Y sin preguntarme nada, llevó sus manos a mi pantalón, metió sus dedos por dentro buscando los piolines del elástico, los sacó para afuera y desató el nudo. Tomó con sus manos el borde del elástico del pantalón, lo bajó tal vez un centímetro y me miró. Yo la miré. Me sacó la vista y bajó el pantalón que, ella no lo sabía, pero era traje de baño, y quedé desnudo, con remera y una zapatilla. Me volvió a mirar con una expresión débil, mordiéndose suavemente el labio, con sus cejas en inclinada bondad y la frente fruncida, como si algo le resultara difícil, intolerable, y, sin sacarme nunca los ojos de mis ojos, agarró el borde de mi camiseta y lo metió por debajo de mis huevos, haciendo un improvisado taparrabos. Después ya sí, me sacó los ojos y se dedicó a mi muslo, masajeándolo, sacudiéndolo hasta la ingle… Yo no tenía interés en ocultar mi erección evidenciada bajo la remera. No tenía interés en no prestarle atención a la Tere. Había tanta franqueza en sus actitudes… No le importaba cómo la vieran los demás, ella tenía sus códigos que eran claros, eran de ella. Terminó, se levantó y me pidió que me vistiera. La pierna estaba muy bien, me dolía muy poco.

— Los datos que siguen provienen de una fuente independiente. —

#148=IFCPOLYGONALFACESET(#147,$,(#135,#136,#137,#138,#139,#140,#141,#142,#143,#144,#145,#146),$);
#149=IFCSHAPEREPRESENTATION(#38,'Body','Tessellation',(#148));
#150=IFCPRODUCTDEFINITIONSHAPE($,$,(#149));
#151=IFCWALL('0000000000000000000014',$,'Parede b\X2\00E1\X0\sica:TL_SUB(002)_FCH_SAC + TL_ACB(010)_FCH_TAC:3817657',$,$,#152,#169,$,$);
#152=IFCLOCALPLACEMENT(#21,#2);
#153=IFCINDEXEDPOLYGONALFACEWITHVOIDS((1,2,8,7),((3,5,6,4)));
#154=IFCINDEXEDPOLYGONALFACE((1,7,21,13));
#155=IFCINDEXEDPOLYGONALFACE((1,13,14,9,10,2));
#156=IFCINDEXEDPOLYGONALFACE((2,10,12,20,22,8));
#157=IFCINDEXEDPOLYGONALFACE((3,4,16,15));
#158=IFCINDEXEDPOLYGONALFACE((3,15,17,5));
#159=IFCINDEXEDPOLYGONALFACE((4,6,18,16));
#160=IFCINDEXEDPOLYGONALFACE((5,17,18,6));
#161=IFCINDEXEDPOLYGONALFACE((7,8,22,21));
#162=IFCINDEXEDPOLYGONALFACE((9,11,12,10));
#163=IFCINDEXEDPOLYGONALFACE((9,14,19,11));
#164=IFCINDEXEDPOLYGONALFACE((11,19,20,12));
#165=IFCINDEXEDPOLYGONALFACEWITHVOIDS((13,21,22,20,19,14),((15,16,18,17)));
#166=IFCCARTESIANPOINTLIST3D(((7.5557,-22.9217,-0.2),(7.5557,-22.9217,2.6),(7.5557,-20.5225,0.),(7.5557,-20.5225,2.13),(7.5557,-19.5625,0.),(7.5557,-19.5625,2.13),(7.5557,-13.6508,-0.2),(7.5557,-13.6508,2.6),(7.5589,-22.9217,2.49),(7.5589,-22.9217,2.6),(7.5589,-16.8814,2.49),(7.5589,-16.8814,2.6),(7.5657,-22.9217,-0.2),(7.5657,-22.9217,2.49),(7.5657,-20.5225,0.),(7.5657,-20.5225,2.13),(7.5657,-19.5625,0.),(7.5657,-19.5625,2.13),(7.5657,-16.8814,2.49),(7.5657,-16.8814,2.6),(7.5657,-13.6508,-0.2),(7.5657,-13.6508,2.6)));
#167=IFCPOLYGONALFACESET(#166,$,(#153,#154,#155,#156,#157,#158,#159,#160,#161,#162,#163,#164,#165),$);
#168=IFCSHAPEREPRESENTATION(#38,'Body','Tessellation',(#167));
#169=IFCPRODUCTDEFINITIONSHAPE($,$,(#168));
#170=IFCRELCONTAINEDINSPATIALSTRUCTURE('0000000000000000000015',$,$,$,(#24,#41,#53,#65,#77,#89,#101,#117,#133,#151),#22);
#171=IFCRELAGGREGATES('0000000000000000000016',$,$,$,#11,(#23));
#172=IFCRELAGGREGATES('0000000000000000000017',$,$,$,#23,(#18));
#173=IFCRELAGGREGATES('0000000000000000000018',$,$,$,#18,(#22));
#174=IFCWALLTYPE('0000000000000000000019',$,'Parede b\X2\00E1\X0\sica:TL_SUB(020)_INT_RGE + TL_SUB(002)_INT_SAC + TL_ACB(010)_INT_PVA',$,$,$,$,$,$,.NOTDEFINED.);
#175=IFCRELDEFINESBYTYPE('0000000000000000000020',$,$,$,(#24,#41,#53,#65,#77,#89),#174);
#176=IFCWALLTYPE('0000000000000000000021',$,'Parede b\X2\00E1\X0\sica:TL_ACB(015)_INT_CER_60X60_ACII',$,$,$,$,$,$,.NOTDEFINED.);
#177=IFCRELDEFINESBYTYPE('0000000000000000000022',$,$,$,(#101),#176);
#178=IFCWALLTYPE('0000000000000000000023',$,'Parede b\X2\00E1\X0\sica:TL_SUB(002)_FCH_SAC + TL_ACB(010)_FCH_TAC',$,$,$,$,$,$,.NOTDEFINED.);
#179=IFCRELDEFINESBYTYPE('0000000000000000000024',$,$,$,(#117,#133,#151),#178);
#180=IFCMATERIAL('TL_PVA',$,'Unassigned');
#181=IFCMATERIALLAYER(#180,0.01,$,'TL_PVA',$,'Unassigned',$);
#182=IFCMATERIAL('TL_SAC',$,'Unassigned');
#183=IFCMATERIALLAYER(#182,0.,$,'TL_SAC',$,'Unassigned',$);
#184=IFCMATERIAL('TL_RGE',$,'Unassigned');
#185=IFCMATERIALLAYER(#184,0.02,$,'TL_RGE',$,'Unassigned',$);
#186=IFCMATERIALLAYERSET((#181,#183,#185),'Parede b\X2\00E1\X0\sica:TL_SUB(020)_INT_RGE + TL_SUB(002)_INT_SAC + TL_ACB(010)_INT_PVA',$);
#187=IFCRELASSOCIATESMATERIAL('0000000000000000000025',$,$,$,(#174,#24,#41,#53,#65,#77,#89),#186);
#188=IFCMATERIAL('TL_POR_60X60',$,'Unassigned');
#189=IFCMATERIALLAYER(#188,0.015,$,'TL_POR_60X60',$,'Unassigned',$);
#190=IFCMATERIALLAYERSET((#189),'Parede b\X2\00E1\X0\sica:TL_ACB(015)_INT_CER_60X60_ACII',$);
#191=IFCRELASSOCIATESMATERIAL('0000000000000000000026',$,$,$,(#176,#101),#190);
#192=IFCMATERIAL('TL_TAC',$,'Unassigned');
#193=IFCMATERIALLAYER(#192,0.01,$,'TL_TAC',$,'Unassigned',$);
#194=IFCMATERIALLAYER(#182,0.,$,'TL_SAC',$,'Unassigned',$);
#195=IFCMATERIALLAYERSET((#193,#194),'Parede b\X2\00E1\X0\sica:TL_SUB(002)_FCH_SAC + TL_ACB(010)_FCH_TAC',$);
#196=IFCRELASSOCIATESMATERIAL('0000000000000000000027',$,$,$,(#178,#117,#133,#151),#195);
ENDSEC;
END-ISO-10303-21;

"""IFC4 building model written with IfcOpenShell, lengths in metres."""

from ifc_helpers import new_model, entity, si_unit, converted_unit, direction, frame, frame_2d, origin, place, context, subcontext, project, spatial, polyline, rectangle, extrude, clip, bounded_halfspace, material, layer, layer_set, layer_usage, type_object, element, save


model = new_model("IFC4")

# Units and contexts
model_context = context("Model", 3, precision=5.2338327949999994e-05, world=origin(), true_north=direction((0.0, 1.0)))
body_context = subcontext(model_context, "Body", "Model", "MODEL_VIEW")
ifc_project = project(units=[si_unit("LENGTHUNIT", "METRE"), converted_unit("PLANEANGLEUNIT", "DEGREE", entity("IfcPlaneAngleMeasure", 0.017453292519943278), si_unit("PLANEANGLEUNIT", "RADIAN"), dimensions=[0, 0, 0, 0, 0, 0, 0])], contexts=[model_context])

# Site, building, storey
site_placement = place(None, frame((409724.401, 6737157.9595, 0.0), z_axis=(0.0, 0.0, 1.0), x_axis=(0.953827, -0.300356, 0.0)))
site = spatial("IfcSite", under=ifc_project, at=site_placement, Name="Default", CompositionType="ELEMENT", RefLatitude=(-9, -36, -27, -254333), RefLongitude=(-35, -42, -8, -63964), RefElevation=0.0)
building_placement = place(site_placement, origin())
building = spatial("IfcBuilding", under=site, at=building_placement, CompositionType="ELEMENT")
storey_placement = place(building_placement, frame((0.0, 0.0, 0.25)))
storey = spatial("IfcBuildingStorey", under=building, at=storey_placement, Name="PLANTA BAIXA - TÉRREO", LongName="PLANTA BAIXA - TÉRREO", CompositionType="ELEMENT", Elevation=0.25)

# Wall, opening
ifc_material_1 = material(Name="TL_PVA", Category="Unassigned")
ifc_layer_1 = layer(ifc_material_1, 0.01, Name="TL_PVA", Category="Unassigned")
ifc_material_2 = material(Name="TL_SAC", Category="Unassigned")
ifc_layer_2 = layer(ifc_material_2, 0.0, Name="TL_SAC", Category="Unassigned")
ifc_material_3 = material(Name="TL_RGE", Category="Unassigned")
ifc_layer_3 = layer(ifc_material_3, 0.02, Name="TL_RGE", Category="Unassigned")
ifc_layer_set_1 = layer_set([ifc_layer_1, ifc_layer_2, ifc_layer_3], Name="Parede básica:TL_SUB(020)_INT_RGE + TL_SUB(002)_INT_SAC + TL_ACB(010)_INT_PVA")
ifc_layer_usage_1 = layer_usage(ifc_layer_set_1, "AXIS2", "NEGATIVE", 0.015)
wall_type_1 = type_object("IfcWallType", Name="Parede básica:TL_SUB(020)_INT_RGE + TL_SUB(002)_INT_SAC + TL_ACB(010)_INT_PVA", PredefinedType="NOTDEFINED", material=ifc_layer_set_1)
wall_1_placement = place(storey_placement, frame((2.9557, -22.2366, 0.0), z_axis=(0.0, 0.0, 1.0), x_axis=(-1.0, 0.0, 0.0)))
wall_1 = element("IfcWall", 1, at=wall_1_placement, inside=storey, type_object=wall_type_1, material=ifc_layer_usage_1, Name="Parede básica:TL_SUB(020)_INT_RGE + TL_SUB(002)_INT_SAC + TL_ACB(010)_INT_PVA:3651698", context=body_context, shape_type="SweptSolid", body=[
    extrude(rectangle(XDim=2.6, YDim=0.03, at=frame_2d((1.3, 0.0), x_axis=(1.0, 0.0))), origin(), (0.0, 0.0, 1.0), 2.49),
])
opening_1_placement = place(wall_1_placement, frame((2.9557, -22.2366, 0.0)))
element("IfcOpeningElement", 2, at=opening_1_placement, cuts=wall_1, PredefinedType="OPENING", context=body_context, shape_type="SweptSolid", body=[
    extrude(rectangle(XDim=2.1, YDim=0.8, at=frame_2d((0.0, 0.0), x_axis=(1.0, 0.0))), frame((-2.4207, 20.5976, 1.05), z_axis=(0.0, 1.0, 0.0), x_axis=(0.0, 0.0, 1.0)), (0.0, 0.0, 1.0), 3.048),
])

– Yo no te voy a coger, Marcos. O me cogés vos, o no me interesa.
Levanté la vista y vi que se refregaba los ojos con una servilleta de papel que tiró en un tacho, se enderezó, abrió la puerta y salió.

Me sentía arrollado por un tren. Me senté pesadamente sobre la silla de la oficina, y lo supe. Tenía que terminar con este tormento. Tenía que terminarlo ya.